The Evolution of Music: 40,000 Years of Music History Covered in 8 Minutes

“We’re drown­ing in music,” says Michael Spitzer, pro­fes­sor of music at the Uni­ver­si­ty of Liv­er­pool. “If you were born in Beethoven’s time, you’d be lucky if you heard a sym­pho­ny twice in your life­time, where­as today, it’s as acces­si­ble as run­ning water.” We should­n’t take music, or run­ning water, for grant­ed, and the com­par­i­son should give us pause: do we need music –- for exam­ple, near­ly any record­ing of any Beethoven sym­pho­ny we can think of -– to flow out of the tap on demand? What does it cost us? Might there be a mid­dle way between hear­ing Beethoven when­ev­er and hear­ing Beethoven almost nev­er?
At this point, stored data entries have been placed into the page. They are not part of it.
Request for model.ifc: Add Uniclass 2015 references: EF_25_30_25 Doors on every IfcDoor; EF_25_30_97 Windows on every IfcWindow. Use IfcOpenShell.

First a look at what the model holds.

```python
import ifcopenshell

model = ifcopenshell.open("model.ifc")
print(model.schema)
print("classifications:", [c.Name for c in model.by_type("IfcClassification")])
for ifc_class in ("IfcDoor", "IfcRoof", "IfcStair", "IfcWall", "IfcWindow"):
    print(ifc_class, len(model.by_type(ifc_class)))
```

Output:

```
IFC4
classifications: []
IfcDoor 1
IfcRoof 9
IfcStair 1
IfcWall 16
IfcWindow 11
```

```python
import ifcopenshell
import ifcopenshell.api.classification

model = ifcopenshell.open("model.ifc")

system = ifcopenshell.api.classification.add_classification(model, classification="Uniclass 2015")

codes = {
    "IfcDoor": ("EF_25_30_25", "Doors"),
    "IfcWindow": ("EF_25_30_97", "Windows"),
}
for ifc_class, (code, name) in codes.items():
    products = model.by_type(ifc_class)
    ifcopenshell.api.classification.add_reference(
        model, products=products, classification=system, identification=code, name=name
    )
    print(code, len(products))

model.write("model_rev.ifc")
```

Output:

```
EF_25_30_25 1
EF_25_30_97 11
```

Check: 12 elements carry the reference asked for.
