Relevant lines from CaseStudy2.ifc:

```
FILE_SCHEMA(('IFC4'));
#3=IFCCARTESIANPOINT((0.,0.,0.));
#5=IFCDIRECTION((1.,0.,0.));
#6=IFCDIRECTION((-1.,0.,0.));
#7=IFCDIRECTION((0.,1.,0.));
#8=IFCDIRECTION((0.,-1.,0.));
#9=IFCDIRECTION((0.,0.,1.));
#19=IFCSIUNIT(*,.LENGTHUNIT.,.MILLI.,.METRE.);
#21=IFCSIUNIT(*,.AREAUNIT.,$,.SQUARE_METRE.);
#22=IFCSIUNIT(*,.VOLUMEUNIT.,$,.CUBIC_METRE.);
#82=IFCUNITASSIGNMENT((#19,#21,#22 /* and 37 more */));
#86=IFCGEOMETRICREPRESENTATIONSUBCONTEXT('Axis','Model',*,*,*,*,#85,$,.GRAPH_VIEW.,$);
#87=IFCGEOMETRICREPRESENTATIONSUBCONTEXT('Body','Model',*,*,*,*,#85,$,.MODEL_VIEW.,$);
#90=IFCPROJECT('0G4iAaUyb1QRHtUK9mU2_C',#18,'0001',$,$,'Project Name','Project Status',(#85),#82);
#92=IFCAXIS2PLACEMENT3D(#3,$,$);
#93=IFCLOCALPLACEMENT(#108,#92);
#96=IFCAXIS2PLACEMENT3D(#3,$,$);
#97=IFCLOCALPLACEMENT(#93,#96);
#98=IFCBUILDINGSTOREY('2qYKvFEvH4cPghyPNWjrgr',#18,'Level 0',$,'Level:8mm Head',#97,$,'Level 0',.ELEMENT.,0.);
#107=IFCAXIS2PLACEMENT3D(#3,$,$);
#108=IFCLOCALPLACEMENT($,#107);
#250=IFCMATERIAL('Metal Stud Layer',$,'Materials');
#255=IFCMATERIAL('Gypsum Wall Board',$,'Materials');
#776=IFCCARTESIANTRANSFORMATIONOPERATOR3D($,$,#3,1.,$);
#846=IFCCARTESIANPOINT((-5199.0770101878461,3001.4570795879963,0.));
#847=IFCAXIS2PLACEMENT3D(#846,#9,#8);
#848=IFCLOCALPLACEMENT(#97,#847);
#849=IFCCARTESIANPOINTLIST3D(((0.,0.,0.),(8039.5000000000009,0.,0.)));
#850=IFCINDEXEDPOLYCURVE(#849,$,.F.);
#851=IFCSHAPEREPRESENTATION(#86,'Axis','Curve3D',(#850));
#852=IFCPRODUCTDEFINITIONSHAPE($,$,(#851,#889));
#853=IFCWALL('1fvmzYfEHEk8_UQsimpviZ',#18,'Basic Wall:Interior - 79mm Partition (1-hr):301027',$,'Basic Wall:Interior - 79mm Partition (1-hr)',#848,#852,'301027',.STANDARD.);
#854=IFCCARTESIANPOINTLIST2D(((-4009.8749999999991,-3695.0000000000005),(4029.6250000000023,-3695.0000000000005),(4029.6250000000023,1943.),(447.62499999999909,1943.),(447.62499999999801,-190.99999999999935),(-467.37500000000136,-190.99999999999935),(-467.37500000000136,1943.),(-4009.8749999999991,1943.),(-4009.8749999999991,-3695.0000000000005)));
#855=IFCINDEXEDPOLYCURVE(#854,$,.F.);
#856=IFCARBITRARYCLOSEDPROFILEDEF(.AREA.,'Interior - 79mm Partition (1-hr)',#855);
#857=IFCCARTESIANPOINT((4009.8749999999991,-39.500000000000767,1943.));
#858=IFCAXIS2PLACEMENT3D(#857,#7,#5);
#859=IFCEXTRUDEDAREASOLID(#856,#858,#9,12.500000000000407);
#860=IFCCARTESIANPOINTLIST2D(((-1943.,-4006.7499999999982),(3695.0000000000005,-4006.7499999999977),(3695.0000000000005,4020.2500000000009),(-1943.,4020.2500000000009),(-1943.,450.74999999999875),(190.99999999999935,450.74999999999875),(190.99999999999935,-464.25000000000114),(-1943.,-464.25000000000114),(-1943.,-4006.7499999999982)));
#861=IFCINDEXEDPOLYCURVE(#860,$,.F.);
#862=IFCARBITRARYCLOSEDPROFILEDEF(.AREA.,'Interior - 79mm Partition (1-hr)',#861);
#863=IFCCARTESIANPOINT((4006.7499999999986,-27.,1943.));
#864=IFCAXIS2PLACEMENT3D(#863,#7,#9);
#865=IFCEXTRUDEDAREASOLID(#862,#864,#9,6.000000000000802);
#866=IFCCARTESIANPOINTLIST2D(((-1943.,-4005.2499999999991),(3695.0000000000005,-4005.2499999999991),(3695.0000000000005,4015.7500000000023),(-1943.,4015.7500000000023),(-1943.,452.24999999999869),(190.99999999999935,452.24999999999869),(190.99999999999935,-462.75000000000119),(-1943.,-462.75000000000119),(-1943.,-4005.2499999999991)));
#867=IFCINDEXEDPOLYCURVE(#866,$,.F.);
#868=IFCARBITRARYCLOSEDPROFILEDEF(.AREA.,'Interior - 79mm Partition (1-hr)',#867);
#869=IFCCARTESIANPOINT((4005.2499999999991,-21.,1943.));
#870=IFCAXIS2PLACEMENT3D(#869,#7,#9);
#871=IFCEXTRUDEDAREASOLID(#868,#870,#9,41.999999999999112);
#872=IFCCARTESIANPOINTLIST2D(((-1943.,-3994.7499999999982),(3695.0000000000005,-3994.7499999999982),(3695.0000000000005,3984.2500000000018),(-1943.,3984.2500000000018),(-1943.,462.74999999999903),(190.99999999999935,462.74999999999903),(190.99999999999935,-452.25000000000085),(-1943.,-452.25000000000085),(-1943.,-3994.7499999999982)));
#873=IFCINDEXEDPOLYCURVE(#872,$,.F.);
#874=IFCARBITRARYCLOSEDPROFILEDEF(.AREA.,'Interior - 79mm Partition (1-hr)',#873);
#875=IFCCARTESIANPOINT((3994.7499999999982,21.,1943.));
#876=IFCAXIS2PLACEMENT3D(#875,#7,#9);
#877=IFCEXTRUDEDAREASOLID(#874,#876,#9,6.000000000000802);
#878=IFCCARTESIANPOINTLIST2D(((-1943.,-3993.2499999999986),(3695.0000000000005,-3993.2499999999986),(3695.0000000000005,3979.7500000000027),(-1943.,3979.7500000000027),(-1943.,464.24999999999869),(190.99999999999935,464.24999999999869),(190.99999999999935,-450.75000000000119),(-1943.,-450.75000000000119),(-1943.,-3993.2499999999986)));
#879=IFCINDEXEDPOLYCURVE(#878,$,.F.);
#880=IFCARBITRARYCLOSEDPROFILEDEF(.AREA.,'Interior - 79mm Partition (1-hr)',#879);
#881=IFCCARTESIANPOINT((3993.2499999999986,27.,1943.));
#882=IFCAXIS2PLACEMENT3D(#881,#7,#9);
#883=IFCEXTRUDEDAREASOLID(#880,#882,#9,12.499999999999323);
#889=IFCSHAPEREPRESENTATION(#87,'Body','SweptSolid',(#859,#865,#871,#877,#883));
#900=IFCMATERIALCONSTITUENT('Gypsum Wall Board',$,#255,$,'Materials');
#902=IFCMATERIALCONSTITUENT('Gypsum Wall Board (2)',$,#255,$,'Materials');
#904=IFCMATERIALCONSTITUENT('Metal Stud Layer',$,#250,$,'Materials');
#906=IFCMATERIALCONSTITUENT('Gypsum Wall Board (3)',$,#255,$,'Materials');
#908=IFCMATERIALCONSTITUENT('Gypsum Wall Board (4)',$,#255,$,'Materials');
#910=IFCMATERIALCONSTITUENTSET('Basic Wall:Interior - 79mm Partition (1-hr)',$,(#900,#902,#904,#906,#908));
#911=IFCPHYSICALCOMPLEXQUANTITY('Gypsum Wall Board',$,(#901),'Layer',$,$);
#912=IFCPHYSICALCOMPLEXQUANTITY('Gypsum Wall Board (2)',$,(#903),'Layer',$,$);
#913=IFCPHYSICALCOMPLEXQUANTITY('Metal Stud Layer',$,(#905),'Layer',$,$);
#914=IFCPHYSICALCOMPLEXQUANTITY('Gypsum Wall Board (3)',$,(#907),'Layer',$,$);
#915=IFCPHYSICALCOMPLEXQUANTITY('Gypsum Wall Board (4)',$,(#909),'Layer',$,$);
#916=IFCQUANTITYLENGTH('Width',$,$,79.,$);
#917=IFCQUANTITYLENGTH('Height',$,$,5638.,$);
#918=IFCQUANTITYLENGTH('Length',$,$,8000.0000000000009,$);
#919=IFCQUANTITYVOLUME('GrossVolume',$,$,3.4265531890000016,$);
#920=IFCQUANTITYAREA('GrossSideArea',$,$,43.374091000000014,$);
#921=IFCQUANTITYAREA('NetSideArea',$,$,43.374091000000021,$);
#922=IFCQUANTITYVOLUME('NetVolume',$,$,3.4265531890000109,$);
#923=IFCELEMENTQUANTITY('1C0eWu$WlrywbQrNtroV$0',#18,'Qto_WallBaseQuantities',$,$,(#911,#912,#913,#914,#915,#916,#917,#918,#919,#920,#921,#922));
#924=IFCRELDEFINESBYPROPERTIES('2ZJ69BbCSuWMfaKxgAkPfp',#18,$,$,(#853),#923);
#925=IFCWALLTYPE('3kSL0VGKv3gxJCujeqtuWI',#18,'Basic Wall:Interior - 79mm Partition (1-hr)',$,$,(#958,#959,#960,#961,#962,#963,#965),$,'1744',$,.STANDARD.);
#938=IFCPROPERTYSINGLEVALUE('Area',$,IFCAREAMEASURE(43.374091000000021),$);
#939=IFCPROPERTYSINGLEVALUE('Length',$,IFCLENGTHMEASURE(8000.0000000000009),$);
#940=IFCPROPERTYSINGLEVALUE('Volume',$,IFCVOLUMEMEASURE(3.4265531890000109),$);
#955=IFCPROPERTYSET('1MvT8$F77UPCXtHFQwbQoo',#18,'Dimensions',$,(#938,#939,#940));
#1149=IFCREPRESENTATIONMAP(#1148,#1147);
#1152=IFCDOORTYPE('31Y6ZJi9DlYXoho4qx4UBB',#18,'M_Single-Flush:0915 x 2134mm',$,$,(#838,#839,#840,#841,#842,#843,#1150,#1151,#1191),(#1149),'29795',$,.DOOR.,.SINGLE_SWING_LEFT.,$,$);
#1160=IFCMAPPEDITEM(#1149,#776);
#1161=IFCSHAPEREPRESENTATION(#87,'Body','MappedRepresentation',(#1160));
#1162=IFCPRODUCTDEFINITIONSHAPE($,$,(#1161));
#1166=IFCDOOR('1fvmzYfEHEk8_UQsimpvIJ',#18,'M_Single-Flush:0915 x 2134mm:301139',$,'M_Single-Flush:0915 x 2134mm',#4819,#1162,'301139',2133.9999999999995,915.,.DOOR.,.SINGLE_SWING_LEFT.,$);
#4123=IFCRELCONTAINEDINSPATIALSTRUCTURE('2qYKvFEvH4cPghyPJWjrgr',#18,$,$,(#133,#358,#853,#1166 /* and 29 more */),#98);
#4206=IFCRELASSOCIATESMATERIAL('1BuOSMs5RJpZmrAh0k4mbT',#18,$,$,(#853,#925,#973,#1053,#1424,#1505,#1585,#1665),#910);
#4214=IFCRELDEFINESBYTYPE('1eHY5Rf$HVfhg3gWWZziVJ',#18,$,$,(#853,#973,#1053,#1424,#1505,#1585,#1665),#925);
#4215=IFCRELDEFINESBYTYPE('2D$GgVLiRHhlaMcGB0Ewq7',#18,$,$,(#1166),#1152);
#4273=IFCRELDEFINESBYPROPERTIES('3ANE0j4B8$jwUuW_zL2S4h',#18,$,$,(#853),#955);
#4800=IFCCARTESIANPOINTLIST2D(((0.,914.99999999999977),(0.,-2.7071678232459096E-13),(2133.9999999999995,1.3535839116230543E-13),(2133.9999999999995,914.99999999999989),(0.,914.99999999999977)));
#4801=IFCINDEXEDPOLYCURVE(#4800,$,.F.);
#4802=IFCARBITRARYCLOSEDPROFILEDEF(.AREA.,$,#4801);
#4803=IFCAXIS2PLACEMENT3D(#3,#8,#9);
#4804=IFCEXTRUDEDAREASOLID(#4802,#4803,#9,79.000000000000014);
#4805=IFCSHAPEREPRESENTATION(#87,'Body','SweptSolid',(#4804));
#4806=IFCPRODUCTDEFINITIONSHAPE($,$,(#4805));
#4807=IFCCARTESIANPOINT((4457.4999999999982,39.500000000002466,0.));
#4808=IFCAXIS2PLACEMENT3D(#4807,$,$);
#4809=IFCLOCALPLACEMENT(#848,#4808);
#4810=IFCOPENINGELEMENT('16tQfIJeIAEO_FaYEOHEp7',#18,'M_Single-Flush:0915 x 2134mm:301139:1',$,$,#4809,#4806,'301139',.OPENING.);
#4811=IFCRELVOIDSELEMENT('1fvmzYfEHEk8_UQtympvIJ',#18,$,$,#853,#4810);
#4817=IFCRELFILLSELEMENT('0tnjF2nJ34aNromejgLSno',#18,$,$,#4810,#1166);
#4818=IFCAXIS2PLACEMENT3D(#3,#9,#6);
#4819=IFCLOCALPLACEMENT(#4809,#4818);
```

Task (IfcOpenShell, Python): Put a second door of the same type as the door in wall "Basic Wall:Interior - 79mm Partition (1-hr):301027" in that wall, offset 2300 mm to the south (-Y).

```python
import ifcopenshell
import ifcopenshell.api.feature
import ifcopenshell.api.geometry
import ifcopenshell.api.pset
import ifcopenshell.api.root
import ifcopenshell.geom
import ifcopenshell.util.element
import ifcopenshell.util.placement
import ifcopenshell.util.shape
import ifcopenshell.util.unit

model = ifcopenshell.open("CaseStudy2.ifc")
area_scale = ifcopenshell.util.unit.calculate_unit_scale(model, "AREAUNIT")
volume_scale = ifcopenshell.util.unit.calculate_unit_scale(model, "VOLUMEUNIT")
settings = ifcopenshell.geom.settings()


def volume(element):
    """Net volume in cubic metres, openings subtracted."""
    shape = ifcopenshell.geom.create_shape(settings, element)
    return ifcopenshell.util.shape.get_volume(shape.geometry)


def reuse_history(source, copy):
    """copy_class also copies each property set's owner history, people and application; keep the originals."""
    for rel in copy.IsDefinedBy:
        if rel.is_a("IfcRelDefinesByProperties") and (history := rel.RelatingPropertyDefinition.OwnerHistory):
            rel.RelatingPropertyDefinition.OwnerHistory = source.OwnerHistory
            ifcopenshell.util.element.remove_deep2(model, history)


door = model.by_id(1166)
opening = door.FillsVoids[0].RelatingOpeningElement
wall = opening.VoidsElements[0].RelatingBuildingElement
before = volume(wall)
shift = ifcopenshell.util.placement.get_local_placement(wall.ObjectPlacement)[:3, 0] * 2300.0

# copy_class copies the void relationship, type, container and properties, but no geometry.
new_opening = ifcopenshell.api.root.copy_class(model, product=opening)
new_opening.Representation = ifcopenshell.util.element.copy_deep(
    model, opening.Representation, exclude=["IfcGeometricRepresentationContext", "IfcRepresentationMap"]
)
new_opening.Name = "M_Single-Flush:0915 x 2134mm"
new_opening.Tag = None
reuse_history(opening, new_opening)
new_door = ifcopenshell.api.root.copy_class(model, product=door)
new_door.Representation = ifcopenshell.util.element.copy_deep(
    model, door.Representation, exclude=["IfcGeometricRepresentationContext", "IfcRepresentationMap"]
)
new_door.Name = "M_Single-Flush:0915 x 2134mm"
new_door.Tag = None
reuse_history(door, new_door)
ifcopenshell.api.feature.add_filling(model, opening=new_opening, element=new_door)

for old, new in ((opening, new_opening), (door, new_door)):
    matrix = ifcopenshell.util.placement.get_local_placement(old.ObjectPlacement)
    matrix[:3, 3] += shift
    ifcopenshell.api.geometry.edit_object_placement(model, product=new, matrix=matrix, is_si=False)

after = volume(wall)
thickness = 0.079  # wall thickness in metres

# Update the wall's stored quantities.
qto = model.by_id(ifcopenshell.util.element.get_pset(wall, "Qto_WallBaseQuantities", should_inherit=False)["id"])
ifcopenshell.api.pset.edit_qto(model, qto=qto, properties={
    "NetSideArea": after / thickness / area_scale,
    "NetVolume": after / volume_scale,
})
pset = model.by_id(ifcopenshell.util.element.get_pset(wall, "Dimensions", should_inherit=False)["id"])
ifcopenshell.api.pset.edit_pset(model, pset=pset, properties={
    "Area": model.create_entity("IfcAreaMeasure", after / thickness / area_scale),
    "Volume": model.create_entity("IfcVolumeMeasure", after / volume_scale),
})

print(f"wall volume {before:.3f} -> {after:.3f} m3")

model.write("CaseStudy2_rev.ifc")
```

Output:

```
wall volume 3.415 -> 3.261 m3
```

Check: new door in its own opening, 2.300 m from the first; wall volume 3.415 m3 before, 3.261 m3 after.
The sto­ry of how human­i­ty arrived at its cur­rent rela­tion­ship with music is the sub­ject of the Big Think inter­view with Spitzer above, in which he cov­ers 40,000 years in 8 min­utes: “from bone flutes to Bey­on­cé.” We begin with his the­sis that “we in the West” think of music his­to­ry as the his­to­ry of great works and great com­posers. This mis­con­cep­tion “tends to reduce music into an object,” and a com­mod­i­ty. Fur­ther­more, we “over­val­ue the role of the com­pos­er,” plac­ing the pro­fes­sion­al over “most peo­ple who are innate­ly musi­cal.” Spitzer wants to recov­er the uni­ver­sal­i­ty music once had, before radios, record play­ers, and stream­ing media.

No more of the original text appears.